1. Learning Hadoop with ML-100k — MapReduce Count Program

4 min readNov 22, 2023

Introduction

Hadoop is an open source framework that helps to store and process large datasets. It uses distributed storage and parallel processing to break down data into smaller workloads that are worked on by programming models.

I have decided to document my progress in learning more about the Hadoop ecosystem through a series of blog posts. We will go over the basic concepts in Hadoop while working on a problem statements at the same time.

To stay consistent, I would be using the same ML-100k dataset throughout the series. In the initial post, we’ll tackle a straightforward problem using MapReduce to count distinct values from the dataset. As we advance through the tutorial, we’ll also discuss conceptual questions, exploring the reasons and methods behind certain implementation choices.

I’ve formulated most of the problem statements and solutions independently. I’m welcome to any suggestions on how I could make it better.

ML-100K Dataset

This ml-100k dataset consists of 100,000 movie ratings (1–5) from 943 users on 1682 movies. You can download the dataset from here.

In this tutorial we will be using the movie rating dataset as defined in u.data.

Now that we have an idea of the type of data we’re dealing with, let’s get working.

Problem Statement

Analyze Rating Popularity in Movie Review

We want to figure out which ratings are most common in movie reviews. To do this, we need to count how many times each different rating shows up in the dataset.

Solution

Mapper

The mapper function takes input data in the form of key-value pairs, representing lines from your dataset. It has the following format

class Mapper<KEYIN, VALUEIN, KEYOUT, VALUEOUT>

We iterate through every line and split it into an array of columns. The rating value we get is then written into the context where we assign it a value of one.

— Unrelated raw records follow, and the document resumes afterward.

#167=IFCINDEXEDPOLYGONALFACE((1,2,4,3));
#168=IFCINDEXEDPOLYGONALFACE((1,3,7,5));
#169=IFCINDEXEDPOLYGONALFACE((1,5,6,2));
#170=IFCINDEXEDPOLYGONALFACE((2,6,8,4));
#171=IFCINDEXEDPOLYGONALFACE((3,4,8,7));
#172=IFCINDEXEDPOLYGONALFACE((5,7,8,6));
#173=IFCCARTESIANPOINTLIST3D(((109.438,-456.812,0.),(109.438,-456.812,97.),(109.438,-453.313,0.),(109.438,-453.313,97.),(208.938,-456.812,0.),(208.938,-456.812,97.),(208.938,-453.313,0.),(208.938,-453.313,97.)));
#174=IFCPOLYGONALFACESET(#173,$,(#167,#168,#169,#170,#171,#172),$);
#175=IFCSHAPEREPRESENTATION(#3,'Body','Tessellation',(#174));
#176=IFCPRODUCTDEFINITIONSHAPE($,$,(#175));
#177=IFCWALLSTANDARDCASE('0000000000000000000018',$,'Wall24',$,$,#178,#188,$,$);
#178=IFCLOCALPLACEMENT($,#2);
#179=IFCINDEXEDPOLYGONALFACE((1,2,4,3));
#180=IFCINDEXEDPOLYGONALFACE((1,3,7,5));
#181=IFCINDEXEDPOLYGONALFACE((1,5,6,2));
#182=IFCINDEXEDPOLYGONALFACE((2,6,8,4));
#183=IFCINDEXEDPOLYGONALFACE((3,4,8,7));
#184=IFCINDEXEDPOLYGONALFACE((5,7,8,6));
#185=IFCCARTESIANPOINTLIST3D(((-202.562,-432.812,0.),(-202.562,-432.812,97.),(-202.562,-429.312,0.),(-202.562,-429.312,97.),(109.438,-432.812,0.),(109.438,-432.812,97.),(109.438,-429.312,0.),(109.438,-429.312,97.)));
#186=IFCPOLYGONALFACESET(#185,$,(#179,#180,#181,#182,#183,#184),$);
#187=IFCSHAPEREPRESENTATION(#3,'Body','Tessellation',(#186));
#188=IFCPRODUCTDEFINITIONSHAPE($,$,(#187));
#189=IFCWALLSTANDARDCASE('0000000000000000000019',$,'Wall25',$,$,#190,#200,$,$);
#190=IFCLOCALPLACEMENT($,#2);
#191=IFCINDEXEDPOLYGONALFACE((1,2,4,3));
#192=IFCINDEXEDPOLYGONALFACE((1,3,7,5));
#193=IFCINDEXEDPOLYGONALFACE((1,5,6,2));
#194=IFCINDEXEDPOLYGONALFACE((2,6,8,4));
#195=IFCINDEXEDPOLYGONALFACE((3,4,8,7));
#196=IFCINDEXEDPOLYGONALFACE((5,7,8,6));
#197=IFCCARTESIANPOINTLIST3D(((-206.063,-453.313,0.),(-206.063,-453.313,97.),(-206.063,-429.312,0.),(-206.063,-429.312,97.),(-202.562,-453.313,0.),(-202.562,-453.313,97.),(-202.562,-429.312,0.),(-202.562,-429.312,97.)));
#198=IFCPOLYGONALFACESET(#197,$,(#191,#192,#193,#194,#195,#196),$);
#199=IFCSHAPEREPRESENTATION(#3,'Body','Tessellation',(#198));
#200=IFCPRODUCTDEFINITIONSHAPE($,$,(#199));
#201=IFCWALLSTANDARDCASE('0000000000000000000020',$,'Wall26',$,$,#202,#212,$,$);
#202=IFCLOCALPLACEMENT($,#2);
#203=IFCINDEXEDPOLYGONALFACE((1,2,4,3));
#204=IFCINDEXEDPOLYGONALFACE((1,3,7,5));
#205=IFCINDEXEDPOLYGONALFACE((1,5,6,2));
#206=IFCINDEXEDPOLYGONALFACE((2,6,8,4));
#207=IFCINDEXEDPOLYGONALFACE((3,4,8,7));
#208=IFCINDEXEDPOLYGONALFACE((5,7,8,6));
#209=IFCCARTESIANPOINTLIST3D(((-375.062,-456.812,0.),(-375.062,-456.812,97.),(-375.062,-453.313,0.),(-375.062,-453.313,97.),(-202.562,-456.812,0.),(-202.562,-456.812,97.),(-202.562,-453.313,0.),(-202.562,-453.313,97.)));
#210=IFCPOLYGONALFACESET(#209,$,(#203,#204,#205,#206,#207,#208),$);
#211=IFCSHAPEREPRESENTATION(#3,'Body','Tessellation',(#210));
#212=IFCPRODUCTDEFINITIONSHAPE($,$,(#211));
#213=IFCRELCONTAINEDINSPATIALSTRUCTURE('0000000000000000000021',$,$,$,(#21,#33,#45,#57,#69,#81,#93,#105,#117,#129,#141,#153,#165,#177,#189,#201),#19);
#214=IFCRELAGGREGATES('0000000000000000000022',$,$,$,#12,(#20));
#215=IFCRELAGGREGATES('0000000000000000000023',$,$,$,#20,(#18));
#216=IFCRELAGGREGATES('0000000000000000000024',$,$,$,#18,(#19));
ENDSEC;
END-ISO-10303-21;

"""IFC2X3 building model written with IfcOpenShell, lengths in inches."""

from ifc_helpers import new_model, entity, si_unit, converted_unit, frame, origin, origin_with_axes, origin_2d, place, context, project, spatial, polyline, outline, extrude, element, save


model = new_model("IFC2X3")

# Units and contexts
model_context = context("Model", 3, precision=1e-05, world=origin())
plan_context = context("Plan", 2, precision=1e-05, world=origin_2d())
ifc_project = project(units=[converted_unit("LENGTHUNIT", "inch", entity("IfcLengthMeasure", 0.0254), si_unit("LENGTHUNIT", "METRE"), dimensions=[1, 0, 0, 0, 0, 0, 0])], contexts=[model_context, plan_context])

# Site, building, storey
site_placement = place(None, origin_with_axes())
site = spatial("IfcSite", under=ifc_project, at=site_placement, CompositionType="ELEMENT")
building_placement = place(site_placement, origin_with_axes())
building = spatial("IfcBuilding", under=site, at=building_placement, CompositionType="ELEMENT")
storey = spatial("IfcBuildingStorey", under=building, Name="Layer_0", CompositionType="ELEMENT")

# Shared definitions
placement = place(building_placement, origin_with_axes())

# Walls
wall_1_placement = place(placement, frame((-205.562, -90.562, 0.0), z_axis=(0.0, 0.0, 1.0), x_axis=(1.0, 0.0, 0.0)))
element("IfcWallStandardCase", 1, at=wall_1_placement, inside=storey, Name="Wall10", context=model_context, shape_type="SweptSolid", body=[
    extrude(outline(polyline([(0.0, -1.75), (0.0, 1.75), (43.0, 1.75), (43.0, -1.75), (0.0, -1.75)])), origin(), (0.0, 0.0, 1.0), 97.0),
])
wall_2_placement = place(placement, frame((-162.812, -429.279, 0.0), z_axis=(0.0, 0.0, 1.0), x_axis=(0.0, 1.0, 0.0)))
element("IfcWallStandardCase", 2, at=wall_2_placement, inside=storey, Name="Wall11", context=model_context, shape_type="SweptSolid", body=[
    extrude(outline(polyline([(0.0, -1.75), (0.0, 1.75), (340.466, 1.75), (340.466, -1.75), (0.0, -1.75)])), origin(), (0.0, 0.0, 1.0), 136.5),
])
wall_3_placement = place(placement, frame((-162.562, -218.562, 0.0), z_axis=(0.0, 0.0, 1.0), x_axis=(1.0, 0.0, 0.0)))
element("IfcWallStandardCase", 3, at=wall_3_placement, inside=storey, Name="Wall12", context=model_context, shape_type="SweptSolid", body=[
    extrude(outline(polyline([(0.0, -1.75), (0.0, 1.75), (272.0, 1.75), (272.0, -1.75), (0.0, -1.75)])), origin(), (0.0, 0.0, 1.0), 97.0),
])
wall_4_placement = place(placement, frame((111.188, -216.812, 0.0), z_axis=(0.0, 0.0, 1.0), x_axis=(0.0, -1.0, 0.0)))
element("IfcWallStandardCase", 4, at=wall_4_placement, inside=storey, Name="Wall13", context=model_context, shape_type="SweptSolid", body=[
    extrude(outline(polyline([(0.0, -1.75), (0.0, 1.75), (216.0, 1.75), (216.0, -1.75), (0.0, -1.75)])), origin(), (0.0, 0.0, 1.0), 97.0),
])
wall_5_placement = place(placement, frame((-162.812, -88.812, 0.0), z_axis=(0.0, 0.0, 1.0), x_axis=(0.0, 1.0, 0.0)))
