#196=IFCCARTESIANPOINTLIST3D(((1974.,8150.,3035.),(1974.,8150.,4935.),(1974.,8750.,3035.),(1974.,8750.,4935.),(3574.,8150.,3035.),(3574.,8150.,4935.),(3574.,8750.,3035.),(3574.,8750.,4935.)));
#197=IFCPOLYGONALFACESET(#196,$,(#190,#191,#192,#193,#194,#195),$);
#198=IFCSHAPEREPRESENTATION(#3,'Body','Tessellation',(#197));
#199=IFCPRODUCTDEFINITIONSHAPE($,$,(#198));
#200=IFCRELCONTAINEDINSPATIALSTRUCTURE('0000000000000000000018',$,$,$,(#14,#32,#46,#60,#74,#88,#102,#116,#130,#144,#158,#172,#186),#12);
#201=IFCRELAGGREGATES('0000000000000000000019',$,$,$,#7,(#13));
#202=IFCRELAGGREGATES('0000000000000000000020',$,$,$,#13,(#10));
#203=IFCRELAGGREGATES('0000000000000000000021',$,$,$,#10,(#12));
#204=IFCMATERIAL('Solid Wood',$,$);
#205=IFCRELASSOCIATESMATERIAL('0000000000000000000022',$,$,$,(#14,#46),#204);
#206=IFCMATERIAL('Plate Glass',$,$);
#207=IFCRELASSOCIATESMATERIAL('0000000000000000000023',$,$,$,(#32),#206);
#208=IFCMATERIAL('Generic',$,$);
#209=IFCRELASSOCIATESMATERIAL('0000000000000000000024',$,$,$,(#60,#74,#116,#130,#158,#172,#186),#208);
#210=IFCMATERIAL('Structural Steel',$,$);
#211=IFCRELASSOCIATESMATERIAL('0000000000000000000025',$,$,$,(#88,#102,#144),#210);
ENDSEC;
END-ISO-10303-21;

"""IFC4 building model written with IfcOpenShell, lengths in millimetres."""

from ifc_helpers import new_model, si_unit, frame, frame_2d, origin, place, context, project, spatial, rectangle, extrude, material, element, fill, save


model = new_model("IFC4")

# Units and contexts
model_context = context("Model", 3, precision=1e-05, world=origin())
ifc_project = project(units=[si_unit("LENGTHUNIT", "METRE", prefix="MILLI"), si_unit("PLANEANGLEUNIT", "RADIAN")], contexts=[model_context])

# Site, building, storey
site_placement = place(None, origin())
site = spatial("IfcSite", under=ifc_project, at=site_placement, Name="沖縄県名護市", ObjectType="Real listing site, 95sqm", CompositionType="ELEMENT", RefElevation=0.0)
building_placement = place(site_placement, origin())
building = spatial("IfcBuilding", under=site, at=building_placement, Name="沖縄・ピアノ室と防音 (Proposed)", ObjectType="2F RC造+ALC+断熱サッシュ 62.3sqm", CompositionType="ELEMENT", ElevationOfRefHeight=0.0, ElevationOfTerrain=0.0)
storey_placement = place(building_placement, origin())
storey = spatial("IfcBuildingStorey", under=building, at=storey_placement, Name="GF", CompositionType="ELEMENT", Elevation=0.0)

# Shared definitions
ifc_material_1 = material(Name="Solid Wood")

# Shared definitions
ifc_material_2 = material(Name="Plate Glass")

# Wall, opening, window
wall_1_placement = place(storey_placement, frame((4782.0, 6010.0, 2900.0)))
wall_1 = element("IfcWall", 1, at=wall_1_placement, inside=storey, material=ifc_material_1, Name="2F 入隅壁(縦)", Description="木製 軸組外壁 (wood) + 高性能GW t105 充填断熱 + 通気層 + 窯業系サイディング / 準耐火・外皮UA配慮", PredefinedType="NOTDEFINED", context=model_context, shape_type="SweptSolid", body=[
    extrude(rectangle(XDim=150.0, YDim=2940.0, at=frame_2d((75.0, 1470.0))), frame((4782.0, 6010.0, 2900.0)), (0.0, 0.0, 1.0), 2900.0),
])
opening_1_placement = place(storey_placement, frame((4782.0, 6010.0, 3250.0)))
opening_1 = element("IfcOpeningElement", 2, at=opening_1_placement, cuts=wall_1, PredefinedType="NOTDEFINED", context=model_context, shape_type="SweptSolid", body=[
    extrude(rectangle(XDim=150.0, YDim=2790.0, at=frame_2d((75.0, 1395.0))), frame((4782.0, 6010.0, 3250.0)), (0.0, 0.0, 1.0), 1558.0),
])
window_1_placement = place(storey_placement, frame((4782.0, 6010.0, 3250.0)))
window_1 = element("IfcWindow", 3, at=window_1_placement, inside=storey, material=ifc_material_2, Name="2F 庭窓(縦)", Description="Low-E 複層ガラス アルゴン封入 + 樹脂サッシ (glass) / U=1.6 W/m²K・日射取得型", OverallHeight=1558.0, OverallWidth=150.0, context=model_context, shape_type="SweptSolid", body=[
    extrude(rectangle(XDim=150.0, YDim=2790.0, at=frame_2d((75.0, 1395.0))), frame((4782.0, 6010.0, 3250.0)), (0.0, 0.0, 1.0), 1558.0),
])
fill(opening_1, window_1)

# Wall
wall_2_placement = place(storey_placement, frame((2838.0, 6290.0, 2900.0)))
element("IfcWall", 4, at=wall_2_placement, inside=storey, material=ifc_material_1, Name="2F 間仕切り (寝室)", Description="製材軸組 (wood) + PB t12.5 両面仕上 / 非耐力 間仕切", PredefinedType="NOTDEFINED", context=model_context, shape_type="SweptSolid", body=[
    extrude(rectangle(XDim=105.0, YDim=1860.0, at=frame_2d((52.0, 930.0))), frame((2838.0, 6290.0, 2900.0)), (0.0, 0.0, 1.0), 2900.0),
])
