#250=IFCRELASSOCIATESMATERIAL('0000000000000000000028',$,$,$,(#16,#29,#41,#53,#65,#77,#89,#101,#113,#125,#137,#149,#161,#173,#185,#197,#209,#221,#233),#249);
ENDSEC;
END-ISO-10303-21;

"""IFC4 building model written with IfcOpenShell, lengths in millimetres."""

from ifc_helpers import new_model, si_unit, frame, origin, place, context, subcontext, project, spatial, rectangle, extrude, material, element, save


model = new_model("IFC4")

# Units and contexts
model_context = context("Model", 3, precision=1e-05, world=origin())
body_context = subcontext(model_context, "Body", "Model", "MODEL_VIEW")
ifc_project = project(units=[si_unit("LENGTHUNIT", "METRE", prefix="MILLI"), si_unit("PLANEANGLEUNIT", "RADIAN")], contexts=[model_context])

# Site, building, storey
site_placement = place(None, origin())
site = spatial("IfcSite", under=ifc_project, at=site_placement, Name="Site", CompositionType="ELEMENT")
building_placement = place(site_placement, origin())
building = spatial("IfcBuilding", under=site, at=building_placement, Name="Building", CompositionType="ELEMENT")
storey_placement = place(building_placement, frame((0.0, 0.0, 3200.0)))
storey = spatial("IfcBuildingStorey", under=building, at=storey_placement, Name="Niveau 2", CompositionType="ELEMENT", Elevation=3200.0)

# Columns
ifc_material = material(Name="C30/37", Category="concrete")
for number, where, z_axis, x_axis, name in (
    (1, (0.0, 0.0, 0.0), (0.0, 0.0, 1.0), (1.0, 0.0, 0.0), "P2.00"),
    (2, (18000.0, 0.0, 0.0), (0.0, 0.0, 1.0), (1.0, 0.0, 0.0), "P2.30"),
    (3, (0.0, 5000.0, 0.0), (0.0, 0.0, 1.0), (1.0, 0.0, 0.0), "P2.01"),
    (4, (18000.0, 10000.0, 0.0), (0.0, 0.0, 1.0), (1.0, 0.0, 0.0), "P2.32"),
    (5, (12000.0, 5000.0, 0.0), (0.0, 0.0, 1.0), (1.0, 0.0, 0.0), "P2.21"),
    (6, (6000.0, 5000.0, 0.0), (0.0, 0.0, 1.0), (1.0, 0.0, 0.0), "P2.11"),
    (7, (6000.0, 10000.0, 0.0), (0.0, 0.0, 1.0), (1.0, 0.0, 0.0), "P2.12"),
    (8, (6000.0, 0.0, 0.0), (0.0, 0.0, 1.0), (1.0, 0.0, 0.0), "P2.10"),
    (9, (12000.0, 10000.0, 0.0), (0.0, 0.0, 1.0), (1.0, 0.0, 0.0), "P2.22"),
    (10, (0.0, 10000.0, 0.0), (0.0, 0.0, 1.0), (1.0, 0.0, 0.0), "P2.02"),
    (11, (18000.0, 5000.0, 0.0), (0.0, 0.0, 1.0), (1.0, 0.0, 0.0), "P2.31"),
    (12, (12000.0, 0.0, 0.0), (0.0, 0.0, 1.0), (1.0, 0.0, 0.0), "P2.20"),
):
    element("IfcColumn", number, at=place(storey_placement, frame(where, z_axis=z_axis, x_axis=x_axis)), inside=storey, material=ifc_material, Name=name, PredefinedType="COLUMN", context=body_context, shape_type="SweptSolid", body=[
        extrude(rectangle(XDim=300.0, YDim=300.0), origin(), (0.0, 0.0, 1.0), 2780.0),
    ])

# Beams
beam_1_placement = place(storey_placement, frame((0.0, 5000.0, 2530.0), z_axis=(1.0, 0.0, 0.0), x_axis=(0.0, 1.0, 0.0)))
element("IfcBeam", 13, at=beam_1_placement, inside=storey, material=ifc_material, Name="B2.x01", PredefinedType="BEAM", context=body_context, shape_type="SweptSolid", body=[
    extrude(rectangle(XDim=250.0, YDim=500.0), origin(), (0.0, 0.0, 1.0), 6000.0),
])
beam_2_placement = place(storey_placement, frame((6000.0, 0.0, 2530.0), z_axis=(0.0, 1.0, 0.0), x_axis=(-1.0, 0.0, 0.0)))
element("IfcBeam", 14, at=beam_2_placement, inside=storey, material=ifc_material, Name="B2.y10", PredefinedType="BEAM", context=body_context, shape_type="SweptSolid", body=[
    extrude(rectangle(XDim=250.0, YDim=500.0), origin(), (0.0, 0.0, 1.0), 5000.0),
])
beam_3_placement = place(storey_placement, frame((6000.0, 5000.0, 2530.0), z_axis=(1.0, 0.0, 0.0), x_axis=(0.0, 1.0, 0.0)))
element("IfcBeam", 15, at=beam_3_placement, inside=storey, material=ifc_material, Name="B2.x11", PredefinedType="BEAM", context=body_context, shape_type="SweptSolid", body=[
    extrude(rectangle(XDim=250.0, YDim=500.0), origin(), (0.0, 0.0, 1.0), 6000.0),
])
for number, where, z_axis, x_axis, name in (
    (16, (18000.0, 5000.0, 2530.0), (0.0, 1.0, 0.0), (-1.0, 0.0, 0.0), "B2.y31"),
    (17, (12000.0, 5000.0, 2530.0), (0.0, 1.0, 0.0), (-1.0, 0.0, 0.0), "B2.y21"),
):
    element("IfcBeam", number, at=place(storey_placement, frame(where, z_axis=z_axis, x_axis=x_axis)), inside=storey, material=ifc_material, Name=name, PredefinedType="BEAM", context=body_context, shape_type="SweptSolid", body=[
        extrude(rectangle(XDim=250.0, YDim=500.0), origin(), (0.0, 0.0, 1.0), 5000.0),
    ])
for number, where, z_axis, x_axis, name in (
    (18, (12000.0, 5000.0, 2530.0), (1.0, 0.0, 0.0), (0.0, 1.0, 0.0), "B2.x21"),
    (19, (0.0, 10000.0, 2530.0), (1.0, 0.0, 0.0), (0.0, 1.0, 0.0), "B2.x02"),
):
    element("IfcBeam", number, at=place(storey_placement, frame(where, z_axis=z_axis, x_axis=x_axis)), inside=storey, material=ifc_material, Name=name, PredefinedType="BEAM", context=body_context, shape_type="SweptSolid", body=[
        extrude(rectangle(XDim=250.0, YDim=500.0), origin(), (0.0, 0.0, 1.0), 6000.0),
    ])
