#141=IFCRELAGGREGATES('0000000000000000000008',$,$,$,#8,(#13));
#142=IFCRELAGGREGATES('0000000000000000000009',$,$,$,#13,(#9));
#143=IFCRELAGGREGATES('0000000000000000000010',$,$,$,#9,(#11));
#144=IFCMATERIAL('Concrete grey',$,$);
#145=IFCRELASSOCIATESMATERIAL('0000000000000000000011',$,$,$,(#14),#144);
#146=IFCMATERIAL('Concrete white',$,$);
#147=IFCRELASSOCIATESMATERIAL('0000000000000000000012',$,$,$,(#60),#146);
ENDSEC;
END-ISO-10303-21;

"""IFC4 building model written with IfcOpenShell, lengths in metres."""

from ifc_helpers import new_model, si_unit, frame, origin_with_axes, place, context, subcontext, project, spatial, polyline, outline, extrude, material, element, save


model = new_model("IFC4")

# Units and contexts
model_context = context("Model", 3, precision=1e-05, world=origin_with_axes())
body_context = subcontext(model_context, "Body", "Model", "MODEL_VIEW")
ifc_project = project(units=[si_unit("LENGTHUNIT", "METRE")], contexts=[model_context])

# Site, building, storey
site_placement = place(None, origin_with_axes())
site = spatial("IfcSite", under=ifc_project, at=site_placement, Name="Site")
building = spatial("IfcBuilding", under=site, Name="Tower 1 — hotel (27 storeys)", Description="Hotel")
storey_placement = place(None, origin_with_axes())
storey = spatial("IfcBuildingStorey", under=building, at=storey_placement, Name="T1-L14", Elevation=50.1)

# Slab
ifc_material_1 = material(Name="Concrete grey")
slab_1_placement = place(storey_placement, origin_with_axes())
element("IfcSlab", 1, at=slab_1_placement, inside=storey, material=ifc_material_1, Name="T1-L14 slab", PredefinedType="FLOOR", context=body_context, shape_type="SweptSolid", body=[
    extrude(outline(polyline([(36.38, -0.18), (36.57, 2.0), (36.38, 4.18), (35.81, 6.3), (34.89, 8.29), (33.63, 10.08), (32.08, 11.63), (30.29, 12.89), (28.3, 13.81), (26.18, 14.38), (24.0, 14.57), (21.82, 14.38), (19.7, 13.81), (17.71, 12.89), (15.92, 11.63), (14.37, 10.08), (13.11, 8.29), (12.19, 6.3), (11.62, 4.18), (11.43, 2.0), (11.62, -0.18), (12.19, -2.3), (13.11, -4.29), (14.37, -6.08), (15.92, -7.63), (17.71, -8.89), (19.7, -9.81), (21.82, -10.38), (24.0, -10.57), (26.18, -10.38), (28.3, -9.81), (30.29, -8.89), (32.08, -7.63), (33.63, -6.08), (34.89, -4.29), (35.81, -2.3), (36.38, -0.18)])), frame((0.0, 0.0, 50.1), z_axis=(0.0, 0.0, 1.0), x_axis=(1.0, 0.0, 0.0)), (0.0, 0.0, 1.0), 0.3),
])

public class RatingsCountMapper extends Mapper<Object, Text, Text, IntWritable>{
    private final static IntWritable one = new IntWritable(1);
    private final static Text word = new Text();
    public void map(Object key, Text value, Context context) throws IOException, InterruptedException {
        String[] data = value.toString().split("\t");
        String rating = data[2];
        word.set(rating);
        context.write(word, one);
    }
}

Why are the IntWritable and Text classes used?

The main answer is serialization. Java’s serialization is too bulky and slow which makes it very costly on the Hadoop environment. These classes also implement interfaces such as implements interfaces like Comparable, Writable and WritableComparable all of which are useful for MapReduce. The Writable interface serializes the objects in a very light manner that makes the process fast and compact making it very efficient for the huge number of remote calls happen between the nodes in a cluster.

What does Object key do here?

Hadoop uses TextInputFormat to process input files. In this format, files are broken into lines. The key represents the line offset i.e the position in the file and values are the line of text. This key is LongWritable type by default.

What is a Context?

Essentially, Context provides an interface for the mapper or reducer to interact with the Hadoop framework during the execution of a MapReduce job. Besides this it also takes care of Task Information, Configuration details, Statuses, Counters etc.

Reducer

The reducer function is responsible for aggregating the values received into another set of key-value pairs.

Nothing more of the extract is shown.